INFORMATION Start Marker
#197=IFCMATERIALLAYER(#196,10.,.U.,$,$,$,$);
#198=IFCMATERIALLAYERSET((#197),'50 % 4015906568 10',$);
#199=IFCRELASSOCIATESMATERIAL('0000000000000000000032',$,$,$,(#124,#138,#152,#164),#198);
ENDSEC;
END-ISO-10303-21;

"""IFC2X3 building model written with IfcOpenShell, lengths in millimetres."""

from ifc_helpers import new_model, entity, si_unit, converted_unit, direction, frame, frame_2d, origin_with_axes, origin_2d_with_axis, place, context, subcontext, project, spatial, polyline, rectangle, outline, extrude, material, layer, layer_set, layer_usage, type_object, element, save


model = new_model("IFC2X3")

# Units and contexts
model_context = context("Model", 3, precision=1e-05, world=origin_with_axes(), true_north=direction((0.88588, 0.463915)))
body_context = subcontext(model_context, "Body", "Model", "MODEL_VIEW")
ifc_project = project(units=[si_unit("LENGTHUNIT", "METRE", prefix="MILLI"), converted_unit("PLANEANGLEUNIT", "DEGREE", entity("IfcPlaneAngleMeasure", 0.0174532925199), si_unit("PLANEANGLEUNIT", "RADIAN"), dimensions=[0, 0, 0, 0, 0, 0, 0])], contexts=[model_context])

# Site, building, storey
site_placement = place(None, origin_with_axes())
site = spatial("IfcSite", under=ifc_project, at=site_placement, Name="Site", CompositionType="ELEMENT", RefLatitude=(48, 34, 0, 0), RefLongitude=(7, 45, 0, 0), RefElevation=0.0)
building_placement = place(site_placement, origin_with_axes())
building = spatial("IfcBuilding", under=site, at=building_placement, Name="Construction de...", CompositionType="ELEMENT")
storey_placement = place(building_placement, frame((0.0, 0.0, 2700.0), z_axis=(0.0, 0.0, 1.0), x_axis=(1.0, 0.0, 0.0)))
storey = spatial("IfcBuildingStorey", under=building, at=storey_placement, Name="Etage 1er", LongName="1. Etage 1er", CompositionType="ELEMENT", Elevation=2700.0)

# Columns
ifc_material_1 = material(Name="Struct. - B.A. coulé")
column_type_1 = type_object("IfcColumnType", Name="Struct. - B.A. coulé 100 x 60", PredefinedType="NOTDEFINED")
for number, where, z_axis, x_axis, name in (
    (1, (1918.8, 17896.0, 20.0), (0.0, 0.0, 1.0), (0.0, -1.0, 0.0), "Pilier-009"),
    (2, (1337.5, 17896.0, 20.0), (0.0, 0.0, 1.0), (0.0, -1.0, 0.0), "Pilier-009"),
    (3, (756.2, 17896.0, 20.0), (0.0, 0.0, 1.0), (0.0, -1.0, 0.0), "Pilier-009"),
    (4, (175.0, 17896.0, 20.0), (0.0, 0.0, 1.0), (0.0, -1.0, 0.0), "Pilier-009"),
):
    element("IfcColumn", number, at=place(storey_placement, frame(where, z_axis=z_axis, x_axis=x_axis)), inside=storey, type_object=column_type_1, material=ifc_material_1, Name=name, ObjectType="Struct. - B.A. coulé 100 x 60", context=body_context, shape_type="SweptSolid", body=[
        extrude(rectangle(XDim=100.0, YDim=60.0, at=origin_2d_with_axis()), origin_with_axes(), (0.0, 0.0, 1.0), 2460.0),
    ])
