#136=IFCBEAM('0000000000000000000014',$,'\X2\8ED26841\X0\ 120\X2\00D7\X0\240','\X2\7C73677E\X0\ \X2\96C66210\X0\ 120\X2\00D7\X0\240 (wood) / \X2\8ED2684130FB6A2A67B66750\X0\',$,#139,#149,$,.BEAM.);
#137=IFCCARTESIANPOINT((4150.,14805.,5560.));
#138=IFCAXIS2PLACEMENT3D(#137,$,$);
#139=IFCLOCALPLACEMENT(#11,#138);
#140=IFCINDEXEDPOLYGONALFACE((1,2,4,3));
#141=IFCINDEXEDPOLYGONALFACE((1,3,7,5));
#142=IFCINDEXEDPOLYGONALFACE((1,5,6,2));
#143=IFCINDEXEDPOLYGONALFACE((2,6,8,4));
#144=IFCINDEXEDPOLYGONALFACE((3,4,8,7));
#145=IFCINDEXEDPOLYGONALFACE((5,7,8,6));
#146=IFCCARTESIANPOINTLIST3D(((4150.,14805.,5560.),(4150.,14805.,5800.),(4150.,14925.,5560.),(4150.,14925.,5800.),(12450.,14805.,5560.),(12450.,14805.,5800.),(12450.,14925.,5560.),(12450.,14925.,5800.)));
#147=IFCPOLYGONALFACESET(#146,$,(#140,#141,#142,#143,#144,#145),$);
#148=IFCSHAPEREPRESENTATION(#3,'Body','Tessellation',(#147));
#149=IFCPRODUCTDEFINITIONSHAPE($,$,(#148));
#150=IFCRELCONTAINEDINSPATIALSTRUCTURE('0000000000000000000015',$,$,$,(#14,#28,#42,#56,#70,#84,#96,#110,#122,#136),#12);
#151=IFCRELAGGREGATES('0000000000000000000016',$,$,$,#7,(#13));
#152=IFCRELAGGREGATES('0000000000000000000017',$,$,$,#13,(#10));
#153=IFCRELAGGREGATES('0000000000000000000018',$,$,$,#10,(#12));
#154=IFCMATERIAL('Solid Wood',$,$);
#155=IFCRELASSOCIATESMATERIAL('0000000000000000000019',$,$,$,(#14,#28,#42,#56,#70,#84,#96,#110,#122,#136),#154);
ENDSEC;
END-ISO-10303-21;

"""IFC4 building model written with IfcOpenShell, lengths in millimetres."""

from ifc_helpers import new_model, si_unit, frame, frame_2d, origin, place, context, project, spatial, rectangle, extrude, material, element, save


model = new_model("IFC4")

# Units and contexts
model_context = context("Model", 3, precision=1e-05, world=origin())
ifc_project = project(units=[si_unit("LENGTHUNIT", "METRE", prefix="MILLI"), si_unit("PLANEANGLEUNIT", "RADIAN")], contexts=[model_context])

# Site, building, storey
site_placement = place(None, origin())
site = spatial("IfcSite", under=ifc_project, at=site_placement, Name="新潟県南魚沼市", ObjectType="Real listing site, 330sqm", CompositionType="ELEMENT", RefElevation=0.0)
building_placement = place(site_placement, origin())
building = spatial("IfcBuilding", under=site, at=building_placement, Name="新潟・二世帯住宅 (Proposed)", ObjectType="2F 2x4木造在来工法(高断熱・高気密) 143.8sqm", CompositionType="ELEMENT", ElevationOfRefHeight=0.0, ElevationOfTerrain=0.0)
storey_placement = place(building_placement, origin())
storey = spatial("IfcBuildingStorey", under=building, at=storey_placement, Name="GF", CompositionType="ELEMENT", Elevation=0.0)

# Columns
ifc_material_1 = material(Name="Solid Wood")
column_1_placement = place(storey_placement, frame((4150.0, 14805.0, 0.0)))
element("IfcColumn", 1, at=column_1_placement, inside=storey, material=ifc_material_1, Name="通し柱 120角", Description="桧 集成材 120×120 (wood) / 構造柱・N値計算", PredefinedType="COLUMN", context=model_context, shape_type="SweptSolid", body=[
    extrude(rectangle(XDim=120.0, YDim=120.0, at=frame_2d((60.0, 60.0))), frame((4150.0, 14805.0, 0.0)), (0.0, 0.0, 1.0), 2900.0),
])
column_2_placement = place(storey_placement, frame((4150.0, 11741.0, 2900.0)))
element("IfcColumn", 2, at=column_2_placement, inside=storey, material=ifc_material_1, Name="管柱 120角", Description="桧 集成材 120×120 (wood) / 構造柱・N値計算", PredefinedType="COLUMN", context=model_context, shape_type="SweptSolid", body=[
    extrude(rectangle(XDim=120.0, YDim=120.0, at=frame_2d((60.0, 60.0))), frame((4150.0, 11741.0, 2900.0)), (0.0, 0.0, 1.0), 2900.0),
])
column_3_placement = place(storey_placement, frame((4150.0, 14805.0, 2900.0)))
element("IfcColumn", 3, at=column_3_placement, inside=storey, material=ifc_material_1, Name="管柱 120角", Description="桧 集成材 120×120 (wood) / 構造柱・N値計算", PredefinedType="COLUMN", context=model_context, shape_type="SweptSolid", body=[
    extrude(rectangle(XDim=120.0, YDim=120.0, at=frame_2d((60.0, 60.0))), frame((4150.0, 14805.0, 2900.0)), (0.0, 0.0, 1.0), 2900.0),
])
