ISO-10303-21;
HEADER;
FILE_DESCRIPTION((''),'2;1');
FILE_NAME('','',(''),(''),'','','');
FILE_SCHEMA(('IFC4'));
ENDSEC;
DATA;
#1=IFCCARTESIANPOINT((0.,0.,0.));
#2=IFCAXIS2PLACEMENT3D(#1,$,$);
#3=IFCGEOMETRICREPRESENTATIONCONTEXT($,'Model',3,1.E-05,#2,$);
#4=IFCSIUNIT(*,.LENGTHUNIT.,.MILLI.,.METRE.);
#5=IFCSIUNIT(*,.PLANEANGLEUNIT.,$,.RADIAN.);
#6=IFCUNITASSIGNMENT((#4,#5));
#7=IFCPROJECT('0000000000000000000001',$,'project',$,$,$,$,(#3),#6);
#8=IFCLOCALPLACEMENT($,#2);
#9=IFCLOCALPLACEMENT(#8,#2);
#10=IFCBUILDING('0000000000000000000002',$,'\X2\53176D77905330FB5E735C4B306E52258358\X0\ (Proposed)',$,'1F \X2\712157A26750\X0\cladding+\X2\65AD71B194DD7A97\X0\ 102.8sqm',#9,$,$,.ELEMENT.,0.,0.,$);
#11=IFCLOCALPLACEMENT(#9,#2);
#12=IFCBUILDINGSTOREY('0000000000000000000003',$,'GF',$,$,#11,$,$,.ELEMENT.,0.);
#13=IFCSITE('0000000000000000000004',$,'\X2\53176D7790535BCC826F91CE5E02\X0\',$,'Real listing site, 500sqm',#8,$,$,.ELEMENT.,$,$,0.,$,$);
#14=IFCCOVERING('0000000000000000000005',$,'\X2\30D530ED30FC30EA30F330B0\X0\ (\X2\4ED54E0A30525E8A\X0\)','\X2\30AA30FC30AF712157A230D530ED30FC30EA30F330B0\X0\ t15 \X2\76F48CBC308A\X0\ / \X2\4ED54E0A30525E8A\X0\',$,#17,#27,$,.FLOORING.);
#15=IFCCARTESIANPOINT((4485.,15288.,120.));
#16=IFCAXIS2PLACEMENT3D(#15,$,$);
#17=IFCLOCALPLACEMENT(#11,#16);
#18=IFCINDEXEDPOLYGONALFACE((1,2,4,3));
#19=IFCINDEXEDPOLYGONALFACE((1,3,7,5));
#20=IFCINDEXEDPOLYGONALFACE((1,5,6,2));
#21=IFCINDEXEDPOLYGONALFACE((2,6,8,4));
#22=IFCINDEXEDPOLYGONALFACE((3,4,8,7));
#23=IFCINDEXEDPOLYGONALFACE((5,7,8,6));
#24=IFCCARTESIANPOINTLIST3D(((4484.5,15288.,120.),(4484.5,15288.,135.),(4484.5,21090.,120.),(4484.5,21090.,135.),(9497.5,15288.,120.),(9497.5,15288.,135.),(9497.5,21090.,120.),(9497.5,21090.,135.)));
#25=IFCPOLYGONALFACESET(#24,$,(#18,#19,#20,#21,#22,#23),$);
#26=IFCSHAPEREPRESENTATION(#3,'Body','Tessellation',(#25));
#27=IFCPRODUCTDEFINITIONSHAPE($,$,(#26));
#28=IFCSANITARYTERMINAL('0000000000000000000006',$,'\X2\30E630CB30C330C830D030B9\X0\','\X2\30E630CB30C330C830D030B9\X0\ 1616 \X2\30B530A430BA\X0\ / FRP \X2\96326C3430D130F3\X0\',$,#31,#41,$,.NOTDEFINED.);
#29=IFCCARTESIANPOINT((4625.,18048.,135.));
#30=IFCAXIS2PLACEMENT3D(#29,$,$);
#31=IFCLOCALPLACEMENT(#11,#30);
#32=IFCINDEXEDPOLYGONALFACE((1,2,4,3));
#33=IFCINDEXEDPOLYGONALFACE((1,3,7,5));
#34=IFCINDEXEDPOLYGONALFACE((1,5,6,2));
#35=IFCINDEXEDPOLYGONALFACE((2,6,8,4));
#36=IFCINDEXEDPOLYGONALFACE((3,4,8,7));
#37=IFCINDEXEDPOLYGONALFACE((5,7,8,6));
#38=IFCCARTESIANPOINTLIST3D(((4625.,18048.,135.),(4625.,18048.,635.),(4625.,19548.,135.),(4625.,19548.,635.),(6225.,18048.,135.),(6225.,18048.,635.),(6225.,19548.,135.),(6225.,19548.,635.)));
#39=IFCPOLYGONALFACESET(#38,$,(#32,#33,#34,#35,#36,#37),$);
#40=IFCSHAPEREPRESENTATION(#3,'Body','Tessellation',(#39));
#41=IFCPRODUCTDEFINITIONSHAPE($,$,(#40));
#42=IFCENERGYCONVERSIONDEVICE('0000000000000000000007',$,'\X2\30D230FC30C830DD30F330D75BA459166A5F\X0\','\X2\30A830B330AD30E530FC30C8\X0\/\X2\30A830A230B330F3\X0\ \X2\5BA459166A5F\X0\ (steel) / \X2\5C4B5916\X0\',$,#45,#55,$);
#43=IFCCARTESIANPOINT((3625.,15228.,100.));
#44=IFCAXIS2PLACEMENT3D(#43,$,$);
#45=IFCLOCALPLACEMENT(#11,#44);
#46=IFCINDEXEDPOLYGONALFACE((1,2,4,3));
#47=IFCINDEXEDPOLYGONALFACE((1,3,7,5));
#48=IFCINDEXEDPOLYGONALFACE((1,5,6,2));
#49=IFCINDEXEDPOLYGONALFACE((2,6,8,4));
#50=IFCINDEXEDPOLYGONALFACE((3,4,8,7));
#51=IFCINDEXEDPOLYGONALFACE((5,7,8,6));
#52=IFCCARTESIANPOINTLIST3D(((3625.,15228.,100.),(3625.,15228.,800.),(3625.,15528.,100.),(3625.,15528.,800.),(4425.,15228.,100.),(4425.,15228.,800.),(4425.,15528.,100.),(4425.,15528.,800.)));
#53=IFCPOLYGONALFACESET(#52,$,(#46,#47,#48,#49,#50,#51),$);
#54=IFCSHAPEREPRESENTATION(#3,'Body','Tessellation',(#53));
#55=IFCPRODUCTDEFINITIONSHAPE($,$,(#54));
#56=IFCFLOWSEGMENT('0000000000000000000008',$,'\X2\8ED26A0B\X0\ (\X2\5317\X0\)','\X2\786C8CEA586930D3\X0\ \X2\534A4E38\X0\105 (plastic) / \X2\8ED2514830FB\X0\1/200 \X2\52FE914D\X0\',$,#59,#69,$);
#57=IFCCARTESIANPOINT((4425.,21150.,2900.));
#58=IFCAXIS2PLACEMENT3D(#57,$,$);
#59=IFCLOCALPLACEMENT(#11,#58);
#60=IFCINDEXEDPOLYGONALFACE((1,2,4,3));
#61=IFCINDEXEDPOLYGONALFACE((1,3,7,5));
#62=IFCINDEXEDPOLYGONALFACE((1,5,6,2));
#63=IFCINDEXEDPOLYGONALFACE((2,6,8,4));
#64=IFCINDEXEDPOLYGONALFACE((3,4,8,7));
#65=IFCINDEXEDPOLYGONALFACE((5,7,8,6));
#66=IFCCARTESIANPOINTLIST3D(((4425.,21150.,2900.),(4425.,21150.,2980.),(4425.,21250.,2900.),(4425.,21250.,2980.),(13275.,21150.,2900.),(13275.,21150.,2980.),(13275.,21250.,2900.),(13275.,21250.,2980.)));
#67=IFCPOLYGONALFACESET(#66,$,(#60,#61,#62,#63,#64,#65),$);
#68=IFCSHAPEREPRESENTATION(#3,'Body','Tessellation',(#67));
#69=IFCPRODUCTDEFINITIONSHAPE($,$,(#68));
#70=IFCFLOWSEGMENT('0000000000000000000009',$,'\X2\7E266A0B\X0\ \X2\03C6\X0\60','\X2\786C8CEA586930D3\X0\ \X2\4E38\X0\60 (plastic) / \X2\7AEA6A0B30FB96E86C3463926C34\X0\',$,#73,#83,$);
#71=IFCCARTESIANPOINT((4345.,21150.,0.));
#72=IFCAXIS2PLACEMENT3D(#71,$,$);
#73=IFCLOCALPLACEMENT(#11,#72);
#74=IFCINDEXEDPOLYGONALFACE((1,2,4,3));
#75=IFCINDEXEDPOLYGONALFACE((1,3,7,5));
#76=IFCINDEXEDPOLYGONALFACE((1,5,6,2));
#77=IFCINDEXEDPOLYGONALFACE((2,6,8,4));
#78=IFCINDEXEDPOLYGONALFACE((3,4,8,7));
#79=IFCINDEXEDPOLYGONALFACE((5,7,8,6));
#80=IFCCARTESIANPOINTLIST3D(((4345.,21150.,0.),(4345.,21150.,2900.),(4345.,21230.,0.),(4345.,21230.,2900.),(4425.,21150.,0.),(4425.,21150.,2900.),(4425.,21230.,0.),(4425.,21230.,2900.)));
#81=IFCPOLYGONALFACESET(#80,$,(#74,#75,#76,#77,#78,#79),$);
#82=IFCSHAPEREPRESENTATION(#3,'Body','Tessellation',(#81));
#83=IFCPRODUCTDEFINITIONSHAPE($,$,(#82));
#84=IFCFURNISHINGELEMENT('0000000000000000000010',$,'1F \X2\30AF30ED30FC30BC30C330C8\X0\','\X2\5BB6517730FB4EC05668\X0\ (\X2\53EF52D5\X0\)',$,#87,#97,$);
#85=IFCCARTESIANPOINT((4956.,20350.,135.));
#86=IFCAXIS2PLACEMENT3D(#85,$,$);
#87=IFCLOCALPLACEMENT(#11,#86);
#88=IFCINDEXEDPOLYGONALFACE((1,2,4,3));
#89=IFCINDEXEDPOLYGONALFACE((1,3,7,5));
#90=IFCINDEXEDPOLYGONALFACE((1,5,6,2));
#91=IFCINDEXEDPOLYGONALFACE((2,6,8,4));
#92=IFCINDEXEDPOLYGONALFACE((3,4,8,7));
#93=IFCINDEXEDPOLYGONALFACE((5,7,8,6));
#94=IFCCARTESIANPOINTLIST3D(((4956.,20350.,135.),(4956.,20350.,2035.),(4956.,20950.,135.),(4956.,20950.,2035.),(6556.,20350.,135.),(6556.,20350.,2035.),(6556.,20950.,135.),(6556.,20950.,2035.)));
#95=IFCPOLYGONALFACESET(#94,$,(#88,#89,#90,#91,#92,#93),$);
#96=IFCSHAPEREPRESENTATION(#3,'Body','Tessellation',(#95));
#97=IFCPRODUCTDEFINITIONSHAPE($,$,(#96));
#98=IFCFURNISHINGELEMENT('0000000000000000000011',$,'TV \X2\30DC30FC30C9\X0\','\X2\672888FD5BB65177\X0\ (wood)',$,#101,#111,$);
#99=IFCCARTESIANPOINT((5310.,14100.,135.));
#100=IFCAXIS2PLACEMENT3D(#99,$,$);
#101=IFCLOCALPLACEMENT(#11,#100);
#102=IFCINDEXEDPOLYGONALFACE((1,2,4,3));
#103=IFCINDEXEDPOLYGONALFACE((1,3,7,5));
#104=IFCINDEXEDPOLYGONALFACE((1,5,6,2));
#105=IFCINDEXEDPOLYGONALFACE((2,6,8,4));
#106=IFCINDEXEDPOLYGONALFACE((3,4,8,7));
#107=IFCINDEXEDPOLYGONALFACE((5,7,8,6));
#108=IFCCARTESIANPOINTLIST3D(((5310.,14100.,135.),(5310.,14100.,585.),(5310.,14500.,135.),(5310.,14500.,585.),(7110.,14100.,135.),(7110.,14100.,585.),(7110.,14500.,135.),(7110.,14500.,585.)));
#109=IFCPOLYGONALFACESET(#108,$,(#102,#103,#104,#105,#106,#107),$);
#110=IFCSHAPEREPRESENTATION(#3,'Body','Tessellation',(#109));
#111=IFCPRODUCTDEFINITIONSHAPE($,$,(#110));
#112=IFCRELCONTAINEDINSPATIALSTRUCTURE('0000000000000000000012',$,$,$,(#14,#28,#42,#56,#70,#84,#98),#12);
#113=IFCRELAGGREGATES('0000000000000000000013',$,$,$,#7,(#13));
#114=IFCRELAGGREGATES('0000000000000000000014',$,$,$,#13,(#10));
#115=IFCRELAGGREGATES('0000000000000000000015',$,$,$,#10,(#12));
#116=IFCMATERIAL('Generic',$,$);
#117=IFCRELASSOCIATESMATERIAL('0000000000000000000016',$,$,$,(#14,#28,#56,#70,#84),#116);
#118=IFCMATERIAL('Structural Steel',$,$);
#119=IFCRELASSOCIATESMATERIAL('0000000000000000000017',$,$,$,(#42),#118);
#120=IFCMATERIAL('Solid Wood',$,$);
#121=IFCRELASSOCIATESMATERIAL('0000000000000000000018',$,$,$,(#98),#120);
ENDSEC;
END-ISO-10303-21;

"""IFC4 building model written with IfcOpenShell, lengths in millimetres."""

from ifc_helpers import new_model, si_unit, frame, frame_2d, origin, place, context, project, spatial, rectangle, extrude, material, element, save


model = new_model("IFC4")

# Units and contexts
model_context = context("Model", 3, precision=1e-05, world=origin())
ifc_project = project(units=[si_unit("LENGTHUNIT", "METRE", prefix="MILLI"), si_unit("PLANEANGLEUNIT", "RADIAN")], contexts=[model_context])

# Site, building, storey
site_placement = place(None, origin())
site = spatial("IfcSite", under=ifc_project, at=site_placement, Name="北海道富良野市", ObjectType="Real listing site, 500sqm", CompositionType="ELEMENT", RefElevation=0.0)
building_placement = place(site_placement, origin())
building = spatial("IfcBuilding", under=site, at=building_placement, Name="北海道・平屋の別荘 (Proposed)", ObjectType="1F 無垢材cladding+断熱铝窗 102.8sqm", CompositionType="ELEMENT", ElevationOfRefHeight=0.0, ElevationOfTerrain=0.0)
storey_placement = place(building_placement, origin())
storey = spatial("IfcBuildingStorey", under=building, at=storey_placement, Name="GF", CompositionType="ELEMENT", Elevation=0.0)

# Shared definitions
ifc_material_1 = material(Name="Solid Wood")

# Shared definitions
ifc_material_2 = material(Name="Structural Steel")

# Covering
ifc_material_3 = material(Name="Generic")
covering_placement = place(storey_placement, frame((4485.0, 15288.0, 120.0)))
element("IfcCovering", 1, at=covering_placement, inside=storey, material=ifc_material_3, Name="フローリング (仕上げ床)", Description="オーク無垢フローリング t15 直貼り / 仕上げ床", PredefinedType="FLOORING", context=model_context, shape_type="SweptSolid", body=[
    extrude(rectangle(XDim=5013.0, YDim=5802.0, at=frame_2d((2506.0, 2901.0))), frame((4485.0, 15288.0, 120.0)), (0.0, 0.0, 1.0), 15.0),
])

# Sanitary terminal
sanitary_terminal_placement = place(storey_placement, frame((4625.0, 18048.0, 135.0)))
element("IfcSanitaryTerminal", 2, at=sanitary_terminal_placement, inside=storey, material=ifc_material_3, Name="ユニットバス", Description="ユニットバス 1616 サイズ / FRP 防水パン", PredefinedType="NOTDEFINED", context=model_context, shape_type="SweptSolid", body=[
    extrude(rectangle(XDim=1600.0, YDim=1500.0, at=frame_2d((800.0, 750.0))), frame((4625.0, 18048.0, 135.0)), (0.0, 0.0, 1.0), 500.0),
])

# Energy conversion device
energy_conversion_device_placement = place(storey_placement, frame((3625.0, 15228.0, 100.0)))
element("IfcEnergyConversionDevice", 3, at=energy_conversion_device_placement, inside=storey, material=ifc_material_2, Name="ヒートポンプ室外機", Description="エコキュート/エアコン 室外機 (steel) / 屋外", context=model_context, shape_type="SweptSolid", body=[
    extrude(rectangle(XDim=800.0, YDim=300.0, at=frame_2d((400.0, 150.0))), frame((3625.0, 15228.0, 100.0)), (0.0, 0.0, 1.0), 700.0),
])

# Flow segments
flow_segment_1_placement = place(storey_placement, frame((4425.0, 21150.0, 2900.0)))
element("IfcFlowSegment", 4, at=flow_segment_1_placement, inside=storey, material=ifc_material_3, Name="軒樋 (北)", Description="硬質塩ビ 半丸105 (plastic) / 軒先・1/200 勾配", context=model_context, shape_type="SweptSolid", body=[
    extrude(rectangle(XDim=8850.0, YDim=100.0, at=frame_2d((4425.0, 50.0))), frame((4425.0, 21150.0, 2900.0)), (0.0, 0.0, 1.0), 80.0),
])
flow_segment_2_placement = place(storey_placement, frame((4345.0, 21150.0, 0.0)))
element("IfcFlowSegment", 5, at=flow_segment_2_placement, inside=storey, material=ifc_material_3, Name="縦樋 φ60", Description="硬質塩ビ 丸60 (plastic) / 竪樋・雨水排水", context=model_context, shape_type="SweptSolid", body=[
    extrude(rectangle(XDim=80.0, YDim=80.0, at=frame_2d((40.0, 40.0))), frame((4345.0, 21150.0, 0.0)), (0.0, 0.0, 1.0), 2900.0),
])

# Furnishing elements
furnishing_1_placement = place(storey_placement, frame((4956.0, 20350.0, 135.0)))
element("IfcFurnishingElement", 6, at=furnishing_1_placement, inside=storey, material=ifc_material_3, Name="1F クローゼット", Description="家具・什器 (可動)", context=model_context, shape_type="SweptSolid", body=[
    extrude(rectangle(XDim=1600.0, YDim=600.0, at=frame_2d((800.0, 300.0))), frame((4956.0, 20350.0, 135.0)), (0.0, 0.0, 1.0), 1900.0),
])
furnishing_2_placement = place(storey_placement, frame((5310.0, 14100.0, 135.0)))
element("IfcFurnishingElement", 7, at=furnishing_2_placement, inside=storey, material=ifc_material_1, Name="TV ボード", Description="木製家具 (wood)", context=model_context, shape_type="SweptSolid", body=[
    extrude(rectangle(XDim=1800.0, YDim=400.0, at=frame_2d((900.0, 200.0))), frame((5310.0, 14100.0, 135.0)), (0.0, 0.0, 1.0), 450.0),
])

save(model, "model.ifc")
INFORMATION End Marker
* _EXERCISE_
Give back exactly the lines above, from the line containing "#68=IFCSHAPEREPRESENTATION(#3,'Body','Tessellation',(#67));" through the line containing "#79=IFCINDEXEDPOLYGONALFACE((5,7,8,6));", with both end lines and nothing more.

* _PROBLEM SOLUTION_
#68=IFCSHAPEREPRESENTATION(#3,'Body','Tessellation',(#67));
#69=IFCPRODUCTDEFINITIONSHAPE($,$,(#68));
#70=IFCFLOWSEGMENT('0000000000000000000009',$,'\X2\7E266A0B\X0\ \X2\03C6\X0\60','\X2\786C8CEA586930D3\X0\ \X2\4E38\X0\60 (plastic) / \X2\7AEA6A0B30FB96E86C3463926C34\X0\',$,#73,#83,$);
#71=IFCCARTESIANPOINT((4345.,21150.,0.));
#72=IFCAXIS2PLACEMENT3D(#71,$,$);
#73=IFCLOCALPLACEMENT(#11,#72);
#74=IFCINDEXEDPOLYGONALFACE((1,2,4,3));
#75=IFCINDEXEDPOLYGONALFACE((1,3,7,5));
#76=IFCINDEXEDPOLYGONALFACE((1,5,6,2));
#77=IFCINDEXEDPOLYGONALFACE((2,6,8,4));
#78=IFCINDEXEDPOLYGONALFACE((3,4,8,7));
#79=IFCINDEXEDPOLYGONALFACE((5,7,8,6));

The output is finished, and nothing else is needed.